>>

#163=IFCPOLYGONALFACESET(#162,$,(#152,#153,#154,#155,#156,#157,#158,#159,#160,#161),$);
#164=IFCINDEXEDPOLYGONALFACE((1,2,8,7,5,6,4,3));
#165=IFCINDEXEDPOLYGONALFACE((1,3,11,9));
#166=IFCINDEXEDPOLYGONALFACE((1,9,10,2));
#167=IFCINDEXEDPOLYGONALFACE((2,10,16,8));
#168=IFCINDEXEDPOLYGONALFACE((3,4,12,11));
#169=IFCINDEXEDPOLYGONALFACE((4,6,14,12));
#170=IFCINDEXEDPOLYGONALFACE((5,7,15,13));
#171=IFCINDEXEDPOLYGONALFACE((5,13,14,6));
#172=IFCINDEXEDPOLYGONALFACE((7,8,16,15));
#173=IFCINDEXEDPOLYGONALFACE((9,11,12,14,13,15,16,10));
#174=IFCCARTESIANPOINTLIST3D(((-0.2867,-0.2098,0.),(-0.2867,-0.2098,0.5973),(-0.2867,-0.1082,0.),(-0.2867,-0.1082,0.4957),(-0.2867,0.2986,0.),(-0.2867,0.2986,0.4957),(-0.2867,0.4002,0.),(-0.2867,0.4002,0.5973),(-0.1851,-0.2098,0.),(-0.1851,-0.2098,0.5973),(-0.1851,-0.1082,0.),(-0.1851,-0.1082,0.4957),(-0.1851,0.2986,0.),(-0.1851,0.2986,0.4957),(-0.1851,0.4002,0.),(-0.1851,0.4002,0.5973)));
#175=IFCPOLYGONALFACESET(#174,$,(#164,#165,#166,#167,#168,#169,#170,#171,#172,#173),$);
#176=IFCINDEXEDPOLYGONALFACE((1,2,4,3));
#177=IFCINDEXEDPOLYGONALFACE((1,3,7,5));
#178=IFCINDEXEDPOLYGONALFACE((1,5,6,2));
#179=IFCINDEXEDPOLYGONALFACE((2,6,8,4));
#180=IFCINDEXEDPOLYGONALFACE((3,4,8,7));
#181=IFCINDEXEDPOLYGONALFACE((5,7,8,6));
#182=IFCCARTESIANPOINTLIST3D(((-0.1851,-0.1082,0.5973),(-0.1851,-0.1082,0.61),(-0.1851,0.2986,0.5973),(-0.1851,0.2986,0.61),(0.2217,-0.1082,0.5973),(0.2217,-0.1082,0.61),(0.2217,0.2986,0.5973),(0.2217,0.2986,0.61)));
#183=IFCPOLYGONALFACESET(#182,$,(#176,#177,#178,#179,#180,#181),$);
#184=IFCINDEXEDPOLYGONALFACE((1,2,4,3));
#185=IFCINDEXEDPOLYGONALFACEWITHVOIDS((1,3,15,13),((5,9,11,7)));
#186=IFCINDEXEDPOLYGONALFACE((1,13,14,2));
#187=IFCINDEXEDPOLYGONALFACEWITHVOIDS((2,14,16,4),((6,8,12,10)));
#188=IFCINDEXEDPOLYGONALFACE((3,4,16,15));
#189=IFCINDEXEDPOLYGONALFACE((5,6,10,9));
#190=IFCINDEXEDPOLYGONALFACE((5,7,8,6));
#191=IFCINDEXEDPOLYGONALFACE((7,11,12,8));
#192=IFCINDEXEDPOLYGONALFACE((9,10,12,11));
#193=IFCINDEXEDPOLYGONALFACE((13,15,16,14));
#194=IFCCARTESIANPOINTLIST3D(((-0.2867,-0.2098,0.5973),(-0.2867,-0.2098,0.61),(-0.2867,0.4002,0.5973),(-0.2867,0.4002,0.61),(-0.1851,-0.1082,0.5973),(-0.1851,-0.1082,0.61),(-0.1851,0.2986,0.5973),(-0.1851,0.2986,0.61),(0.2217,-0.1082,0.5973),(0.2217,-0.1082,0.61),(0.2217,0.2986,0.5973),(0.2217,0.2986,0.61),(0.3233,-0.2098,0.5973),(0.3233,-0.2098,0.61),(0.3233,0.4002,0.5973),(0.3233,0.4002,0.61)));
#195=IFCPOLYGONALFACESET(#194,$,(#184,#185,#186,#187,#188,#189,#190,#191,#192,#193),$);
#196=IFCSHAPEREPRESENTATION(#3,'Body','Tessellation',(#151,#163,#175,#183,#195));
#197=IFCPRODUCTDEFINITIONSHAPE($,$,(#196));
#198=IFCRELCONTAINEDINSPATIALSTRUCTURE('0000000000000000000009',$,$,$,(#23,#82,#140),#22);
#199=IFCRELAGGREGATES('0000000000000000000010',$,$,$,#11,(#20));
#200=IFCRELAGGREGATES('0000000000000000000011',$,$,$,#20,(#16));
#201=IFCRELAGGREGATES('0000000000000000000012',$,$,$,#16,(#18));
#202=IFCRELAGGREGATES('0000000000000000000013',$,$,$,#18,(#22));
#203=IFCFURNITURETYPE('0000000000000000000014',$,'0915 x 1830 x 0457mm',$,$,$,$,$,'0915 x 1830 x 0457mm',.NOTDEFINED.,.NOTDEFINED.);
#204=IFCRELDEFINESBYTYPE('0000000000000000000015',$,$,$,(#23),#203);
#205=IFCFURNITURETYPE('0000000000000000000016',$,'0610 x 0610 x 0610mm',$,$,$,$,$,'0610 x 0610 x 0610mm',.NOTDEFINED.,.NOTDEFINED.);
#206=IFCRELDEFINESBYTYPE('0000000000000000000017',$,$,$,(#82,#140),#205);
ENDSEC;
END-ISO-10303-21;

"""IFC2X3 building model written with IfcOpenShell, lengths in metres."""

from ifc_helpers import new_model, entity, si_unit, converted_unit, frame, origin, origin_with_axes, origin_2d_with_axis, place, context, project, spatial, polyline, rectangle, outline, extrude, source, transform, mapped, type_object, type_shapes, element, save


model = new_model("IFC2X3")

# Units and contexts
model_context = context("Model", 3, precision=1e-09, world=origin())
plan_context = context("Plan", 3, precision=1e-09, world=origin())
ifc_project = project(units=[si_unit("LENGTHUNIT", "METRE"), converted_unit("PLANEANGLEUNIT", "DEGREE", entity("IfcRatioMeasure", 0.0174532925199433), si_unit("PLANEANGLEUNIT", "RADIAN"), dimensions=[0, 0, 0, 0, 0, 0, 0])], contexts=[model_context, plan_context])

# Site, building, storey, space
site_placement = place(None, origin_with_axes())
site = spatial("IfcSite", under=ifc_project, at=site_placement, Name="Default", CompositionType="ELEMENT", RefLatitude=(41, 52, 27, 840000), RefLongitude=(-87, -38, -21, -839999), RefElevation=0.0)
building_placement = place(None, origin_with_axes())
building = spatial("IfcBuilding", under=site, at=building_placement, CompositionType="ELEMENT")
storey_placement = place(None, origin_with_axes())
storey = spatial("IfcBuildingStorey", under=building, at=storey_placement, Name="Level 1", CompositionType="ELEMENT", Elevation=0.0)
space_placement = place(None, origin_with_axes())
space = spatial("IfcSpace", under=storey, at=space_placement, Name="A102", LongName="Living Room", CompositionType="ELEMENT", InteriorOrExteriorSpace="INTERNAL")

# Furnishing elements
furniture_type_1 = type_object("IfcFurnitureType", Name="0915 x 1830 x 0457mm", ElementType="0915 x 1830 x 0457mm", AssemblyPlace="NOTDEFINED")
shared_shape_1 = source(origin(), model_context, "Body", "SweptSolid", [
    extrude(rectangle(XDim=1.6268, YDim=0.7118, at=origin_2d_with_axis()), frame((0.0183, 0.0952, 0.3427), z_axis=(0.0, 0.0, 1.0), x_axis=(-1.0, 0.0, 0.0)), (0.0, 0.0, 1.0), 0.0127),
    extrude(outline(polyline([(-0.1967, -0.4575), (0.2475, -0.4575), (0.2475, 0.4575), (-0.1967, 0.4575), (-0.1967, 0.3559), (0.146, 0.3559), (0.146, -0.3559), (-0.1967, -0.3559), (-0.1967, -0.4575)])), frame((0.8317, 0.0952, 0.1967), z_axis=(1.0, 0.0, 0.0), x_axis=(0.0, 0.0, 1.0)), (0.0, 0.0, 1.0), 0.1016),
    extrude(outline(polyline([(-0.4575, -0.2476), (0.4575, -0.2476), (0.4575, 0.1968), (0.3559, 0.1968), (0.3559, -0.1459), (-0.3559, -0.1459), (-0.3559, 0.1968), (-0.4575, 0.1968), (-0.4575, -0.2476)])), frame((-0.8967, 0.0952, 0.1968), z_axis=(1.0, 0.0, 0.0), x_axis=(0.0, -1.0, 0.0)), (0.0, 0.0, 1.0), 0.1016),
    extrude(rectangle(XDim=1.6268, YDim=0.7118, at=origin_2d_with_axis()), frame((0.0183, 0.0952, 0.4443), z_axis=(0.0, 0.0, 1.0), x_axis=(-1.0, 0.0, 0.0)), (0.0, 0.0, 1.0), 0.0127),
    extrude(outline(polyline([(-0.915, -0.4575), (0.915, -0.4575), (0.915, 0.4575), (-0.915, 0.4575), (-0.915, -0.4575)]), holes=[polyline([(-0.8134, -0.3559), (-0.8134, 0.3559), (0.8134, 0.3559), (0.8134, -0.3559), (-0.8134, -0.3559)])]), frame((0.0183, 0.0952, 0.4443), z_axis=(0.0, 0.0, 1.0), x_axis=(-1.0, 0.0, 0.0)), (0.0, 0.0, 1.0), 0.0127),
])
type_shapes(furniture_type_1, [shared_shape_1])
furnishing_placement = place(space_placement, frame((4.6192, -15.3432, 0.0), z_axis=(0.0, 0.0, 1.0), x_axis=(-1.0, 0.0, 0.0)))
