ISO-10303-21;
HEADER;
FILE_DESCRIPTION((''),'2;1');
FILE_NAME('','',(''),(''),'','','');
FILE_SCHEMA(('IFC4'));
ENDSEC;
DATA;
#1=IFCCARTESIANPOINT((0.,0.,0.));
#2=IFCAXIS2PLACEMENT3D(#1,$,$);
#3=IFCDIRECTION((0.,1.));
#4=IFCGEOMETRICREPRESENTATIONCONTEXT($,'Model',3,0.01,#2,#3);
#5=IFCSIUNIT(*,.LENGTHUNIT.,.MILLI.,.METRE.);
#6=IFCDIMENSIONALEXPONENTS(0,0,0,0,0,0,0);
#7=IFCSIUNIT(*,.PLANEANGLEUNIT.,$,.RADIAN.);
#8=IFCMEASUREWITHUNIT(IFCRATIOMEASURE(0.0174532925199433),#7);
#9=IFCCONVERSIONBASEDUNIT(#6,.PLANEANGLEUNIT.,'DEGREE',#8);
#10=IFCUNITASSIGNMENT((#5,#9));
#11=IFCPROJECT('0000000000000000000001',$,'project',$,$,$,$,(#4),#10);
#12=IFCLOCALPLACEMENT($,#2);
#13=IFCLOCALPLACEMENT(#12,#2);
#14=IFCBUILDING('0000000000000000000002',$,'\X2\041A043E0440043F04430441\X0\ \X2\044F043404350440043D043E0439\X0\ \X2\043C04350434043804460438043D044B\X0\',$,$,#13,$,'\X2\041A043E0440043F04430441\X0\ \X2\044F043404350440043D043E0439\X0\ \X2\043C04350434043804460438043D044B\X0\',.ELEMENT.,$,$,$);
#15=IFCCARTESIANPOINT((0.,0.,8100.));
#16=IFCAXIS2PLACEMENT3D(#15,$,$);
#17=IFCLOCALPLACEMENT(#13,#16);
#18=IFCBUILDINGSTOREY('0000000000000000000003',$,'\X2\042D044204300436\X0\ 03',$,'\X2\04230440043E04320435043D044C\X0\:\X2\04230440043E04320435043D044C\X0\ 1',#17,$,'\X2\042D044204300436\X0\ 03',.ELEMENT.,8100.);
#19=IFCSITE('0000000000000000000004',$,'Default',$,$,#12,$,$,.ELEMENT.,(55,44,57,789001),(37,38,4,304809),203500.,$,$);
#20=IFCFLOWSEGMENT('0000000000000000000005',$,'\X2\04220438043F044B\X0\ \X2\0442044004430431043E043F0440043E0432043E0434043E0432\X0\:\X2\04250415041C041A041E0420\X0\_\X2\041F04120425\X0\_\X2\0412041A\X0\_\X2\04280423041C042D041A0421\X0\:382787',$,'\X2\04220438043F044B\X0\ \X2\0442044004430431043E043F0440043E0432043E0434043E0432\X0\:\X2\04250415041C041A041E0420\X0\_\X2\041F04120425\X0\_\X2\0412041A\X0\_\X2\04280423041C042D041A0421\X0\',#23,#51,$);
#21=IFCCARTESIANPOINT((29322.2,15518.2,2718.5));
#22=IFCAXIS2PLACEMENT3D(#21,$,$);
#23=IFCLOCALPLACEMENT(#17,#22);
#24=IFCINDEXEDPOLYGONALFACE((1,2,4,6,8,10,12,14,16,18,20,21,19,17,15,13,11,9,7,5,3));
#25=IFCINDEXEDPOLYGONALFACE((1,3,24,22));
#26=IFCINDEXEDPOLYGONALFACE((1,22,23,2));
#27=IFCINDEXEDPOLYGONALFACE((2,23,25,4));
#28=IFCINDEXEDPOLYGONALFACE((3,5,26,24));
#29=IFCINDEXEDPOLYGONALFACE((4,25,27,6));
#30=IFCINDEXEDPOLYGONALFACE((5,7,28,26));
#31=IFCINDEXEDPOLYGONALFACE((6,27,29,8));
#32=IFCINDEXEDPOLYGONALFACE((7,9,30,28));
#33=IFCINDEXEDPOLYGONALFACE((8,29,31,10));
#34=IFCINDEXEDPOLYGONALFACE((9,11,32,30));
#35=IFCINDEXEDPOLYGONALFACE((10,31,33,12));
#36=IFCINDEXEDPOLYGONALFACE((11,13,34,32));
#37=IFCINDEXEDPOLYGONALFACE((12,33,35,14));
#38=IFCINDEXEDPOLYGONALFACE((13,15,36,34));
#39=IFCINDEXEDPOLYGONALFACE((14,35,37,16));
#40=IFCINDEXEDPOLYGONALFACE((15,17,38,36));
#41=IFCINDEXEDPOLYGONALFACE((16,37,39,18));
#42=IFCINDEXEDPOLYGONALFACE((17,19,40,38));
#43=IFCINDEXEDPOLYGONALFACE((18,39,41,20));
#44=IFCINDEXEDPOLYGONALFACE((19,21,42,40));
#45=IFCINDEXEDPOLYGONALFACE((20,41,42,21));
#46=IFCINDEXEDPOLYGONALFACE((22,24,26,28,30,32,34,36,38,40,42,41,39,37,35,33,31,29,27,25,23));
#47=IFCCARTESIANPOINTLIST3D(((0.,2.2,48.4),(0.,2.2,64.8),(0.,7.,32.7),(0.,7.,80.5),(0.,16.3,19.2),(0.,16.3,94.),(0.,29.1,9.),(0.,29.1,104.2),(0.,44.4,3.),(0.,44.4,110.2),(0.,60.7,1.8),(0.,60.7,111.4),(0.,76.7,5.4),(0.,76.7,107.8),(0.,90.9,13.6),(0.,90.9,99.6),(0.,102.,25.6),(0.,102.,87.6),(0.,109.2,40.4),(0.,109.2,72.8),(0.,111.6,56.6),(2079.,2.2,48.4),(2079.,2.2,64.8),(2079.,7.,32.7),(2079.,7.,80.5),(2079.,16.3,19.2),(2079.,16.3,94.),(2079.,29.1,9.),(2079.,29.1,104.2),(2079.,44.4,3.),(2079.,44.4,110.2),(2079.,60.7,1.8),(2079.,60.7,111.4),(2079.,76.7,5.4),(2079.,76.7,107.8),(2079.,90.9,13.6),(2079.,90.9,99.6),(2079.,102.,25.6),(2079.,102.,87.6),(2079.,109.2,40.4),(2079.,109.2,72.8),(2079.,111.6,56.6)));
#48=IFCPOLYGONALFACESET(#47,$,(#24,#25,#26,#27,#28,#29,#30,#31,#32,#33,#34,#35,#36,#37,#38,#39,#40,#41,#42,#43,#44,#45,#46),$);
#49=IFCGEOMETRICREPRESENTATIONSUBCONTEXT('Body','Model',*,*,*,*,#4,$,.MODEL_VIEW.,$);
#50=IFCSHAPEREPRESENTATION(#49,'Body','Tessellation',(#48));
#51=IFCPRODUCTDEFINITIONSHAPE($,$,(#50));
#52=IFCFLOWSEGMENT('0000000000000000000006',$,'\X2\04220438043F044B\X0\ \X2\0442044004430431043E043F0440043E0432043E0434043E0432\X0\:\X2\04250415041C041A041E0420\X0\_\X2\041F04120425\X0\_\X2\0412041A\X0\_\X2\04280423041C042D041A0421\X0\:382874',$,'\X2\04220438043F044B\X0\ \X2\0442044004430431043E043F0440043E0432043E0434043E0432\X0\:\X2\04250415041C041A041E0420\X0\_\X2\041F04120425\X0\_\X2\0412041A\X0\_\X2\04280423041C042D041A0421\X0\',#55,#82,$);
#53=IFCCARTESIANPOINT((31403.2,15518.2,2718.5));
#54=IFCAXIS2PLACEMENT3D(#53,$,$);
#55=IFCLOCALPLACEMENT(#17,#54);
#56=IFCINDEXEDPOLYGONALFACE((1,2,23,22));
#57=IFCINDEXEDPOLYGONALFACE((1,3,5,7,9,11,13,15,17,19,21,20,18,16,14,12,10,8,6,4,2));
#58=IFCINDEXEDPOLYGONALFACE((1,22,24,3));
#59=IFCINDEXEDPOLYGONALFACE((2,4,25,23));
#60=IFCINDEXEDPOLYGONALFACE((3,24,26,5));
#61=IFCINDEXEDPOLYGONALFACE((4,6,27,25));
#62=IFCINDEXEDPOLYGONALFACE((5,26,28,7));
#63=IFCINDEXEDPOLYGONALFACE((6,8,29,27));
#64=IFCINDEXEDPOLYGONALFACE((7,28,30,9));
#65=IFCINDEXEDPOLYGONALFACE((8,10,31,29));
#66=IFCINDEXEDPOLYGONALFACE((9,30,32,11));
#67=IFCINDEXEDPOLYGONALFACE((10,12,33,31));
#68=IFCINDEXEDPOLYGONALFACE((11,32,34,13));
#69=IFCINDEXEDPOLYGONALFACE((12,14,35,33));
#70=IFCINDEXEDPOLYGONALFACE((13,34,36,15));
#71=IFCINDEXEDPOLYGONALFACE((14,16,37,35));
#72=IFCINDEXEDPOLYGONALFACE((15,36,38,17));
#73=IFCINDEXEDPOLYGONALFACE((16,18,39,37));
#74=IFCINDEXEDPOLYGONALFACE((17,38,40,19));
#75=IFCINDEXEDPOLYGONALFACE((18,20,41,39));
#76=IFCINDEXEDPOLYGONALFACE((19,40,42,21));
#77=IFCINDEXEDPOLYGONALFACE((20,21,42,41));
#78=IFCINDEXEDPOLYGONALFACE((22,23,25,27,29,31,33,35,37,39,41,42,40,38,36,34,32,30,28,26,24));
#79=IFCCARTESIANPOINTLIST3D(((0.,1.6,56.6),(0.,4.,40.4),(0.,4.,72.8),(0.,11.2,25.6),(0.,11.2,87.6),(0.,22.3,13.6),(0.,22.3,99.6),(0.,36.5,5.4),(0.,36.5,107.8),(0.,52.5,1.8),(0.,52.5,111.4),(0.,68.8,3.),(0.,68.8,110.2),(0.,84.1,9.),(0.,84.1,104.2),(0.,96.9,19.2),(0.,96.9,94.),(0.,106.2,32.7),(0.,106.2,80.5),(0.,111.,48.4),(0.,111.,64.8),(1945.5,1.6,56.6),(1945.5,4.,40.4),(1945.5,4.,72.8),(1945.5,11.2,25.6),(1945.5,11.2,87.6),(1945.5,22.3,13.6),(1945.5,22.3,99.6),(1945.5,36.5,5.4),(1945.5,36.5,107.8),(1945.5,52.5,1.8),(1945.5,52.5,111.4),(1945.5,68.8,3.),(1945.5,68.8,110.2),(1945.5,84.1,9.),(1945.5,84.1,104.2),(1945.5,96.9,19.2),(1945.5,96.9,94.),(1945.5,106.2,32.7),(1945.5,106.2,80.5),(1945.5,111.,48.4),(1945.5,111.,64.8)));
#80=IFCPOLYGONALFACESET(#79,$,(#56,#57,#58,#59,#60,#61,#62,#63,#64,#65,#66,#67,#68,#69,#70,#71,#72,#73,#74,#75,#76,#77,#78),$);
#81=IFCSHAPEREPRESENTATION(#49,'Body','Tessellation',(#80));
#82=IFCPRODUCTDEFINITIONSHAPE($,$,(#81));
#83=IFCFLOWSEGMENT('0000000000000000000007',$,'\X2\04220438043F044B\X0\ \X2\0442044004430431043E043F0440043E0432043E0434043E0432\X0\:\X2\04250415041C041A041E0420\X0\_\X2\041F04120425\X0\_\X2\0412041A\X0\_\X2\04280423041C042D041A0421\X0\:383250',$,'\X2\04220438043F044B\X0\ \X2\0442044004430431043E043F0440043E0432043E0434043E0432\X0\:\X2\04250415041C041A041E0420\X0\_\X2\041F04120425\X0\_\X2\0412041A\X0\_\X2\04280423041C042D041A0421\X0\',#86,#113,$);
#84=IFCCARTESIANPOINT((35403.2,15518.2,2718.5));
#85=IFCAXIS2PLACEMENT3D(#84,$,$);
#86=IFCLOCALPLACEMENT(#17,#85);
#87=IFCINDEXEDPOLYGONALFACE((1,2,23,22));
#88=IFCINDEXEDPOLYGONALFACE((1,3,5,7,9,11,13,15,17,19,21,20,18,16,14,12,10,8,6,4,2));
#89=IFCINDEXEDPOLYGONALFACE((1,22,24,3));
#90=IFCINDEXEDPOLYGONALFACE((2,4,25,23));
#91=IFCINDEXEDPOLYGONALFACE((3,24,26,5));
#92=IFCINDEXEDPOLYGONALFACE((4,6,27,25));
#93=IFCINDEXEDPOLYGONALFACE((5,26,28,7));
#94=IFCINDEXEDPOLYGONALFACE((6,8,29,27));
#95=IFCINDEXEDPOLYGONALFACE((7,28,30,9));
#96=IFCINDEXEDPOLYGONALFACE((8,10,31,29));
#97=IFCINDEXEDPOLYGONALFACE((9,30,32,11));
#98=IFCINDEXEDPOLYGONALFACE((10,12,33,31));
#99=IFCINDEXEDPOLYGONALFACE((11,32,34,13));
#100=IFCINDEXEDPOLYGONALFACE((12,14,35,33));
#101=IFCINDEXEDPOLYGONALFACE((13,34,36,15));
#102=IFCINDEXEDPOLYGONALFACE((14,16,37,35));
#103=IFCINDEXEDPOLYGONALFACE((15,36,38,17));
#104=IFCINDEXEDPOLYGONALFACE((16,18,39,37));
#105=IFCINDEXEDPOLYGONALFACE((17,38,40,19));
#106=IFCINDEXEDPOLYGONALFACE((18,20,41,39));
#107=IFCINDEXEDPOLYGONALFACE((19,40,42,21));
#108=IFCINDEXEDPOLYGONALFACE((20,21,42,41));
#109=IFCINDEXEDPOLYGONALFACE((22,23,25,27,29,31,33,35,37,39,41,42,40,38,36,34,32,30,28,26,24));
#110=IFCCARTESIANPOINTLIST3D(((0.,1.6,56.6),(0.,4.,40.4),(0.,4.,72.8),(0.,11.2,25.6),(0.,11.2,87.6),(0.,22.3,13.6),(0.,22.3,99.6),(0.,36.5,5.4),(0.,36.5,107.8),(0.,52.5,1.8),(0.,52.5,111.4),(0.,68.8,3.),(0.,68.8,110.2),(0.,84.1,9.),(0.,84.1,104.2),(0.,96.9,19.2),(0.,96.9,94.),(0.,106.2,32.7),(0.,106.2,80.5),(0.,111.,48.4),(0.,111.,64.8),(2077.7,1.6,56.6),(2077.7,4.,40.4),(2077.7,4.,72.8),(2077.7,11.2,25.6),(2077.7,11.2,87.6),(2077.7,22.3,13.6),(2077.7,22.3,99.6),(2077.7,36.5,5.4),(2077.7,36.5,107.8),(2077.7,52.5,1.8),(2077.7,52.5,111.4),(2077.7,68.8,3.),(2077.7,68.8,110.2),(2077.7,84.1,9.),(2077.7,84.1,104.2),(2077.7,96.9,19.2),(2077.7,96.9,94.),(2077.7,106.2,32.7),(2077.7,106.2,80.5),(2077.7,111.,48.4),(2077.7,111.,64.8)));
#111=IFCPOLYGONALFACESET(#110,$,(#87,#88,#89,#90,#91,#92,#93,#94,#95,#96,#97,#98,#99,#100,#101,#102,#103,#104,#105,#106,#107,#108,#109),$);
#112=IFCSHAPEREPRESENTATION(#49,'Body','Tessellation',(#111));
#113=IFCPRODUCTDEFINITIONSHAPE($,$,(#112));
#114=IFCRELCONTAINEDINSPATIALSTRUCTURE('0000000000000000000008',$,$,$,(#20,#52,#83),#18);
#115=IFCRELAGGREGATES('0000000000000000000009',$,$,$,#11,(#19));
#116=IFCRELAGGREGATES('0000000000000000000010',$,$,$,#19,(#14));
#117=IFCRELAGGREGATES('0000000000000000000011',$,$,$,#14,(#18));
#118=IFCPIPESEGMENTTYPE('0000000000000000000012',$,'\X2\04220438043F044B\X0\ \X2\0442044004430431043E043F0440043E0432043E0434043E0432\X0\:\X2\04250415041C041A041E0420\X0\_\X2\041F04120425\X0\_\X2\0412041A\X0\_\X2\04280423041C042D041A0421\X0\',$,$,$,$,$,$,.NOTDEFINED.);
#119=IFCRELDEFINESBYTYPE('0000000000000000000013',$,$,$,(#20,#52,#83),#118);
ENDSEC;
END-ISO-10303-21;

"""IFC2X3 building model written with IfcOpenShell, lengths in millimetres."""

from ifc_helpers import new_model, entity, si_unit, converted_unit, direction, frame, origin, origin_2d_with_axis, place, context, subcontext, project, spatial, circle, extrude, type_object, element, save


model = new_model("IFC2X3")

# Units and contexts
model_context = context("Model", 3, precision=0.01, world=origin(), true_north=direction((0.0, 1.0)))
body_context = subcontext(model_context, "Body", "Model", "MODEL_VIEW")
ifc_project = project(units=[si_unit("LENGTHUNIT", "METRE", prefix="MILLI"), converted_unit("PLANEANGLEUNIT", "DEGREE", entity("IfcRatioMeasure", 0.0174532925199433), si_unit("PLANEANGLEUNIT", "RADIAN"), dimensions=[0, 0, 0, 0, 0, 0, 0])], contexts=[model_context])

# Site, building, storey
site_placement = place(None, origin())
site = spatial("IfcSite", under=ifc_project, at=site_placement, Name="Default", CompositionType="ELEMENT", RefLatitude=(55, 44, 57, 789001), RefLongitude=(37, 38, 4, 304809), RefElevation=203500.0)
building_placement = place(site_placement, origin())
building = spatial("IfcBuilding", under=site, at=building_placement, Name="Корпус ядерной медицины", LongName="Корпус ядерной медицины", CompositionType="ELEMENT")
storey_placement = place(building_placement, frame((0.0, 0.0, 8100.0)))
storey = spatial("IfcBuildingStorey", under=building, at=storey_placement, Name="Этаж 03", ObjectType="Уровень:Уровень 1", LongName="Этаж 03", CompositionType="ELEMENT", Elevation=8100.0)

<<

- **Task directions**
Retype, exactly as written, everything from the first line of the data above through the line containing "#173=IFCINDEXEDPOLYGONALFACE((9,11,12,14,13,15,16,10));". Nothing else should appear.

- **Response to the task**
#163=IFCPOLYGONALFACESET(#162,$,(#152,#153,#154,#155,#156,#157,#158,#159,#160,#161),$);
#164=IFCINDEXEDPOLYGONALFACE((1,2,8,7,5,6,4,3));
#165=IFCINDEXEDPOLYGONALFACE((1,3,11,9));
#166=IFCINDEXEDPOLYGONALFACE((1,9,10,2));
#167=IFCINDEXEDPOLYGONALFACE((2,10,16,8));
#168=IFCINDEXEDPOLYGONALFACE((3,4,12,11));
#169=IFCINDEXEDPOLYGONALFACE((4,6,14,12));
#170=IFCINDEXEDPOLYGONALFACE((5,7,15,13));
#171=IFCINDEXEDPOLYGONALFACE((5,13,14,6));
#172=IFCINDEXEDPOLYGONALFACE((7,8,16,15));
#173=IFCINDEXEDPOLYGONALFACE((9,11,12,14,13,15,16,10));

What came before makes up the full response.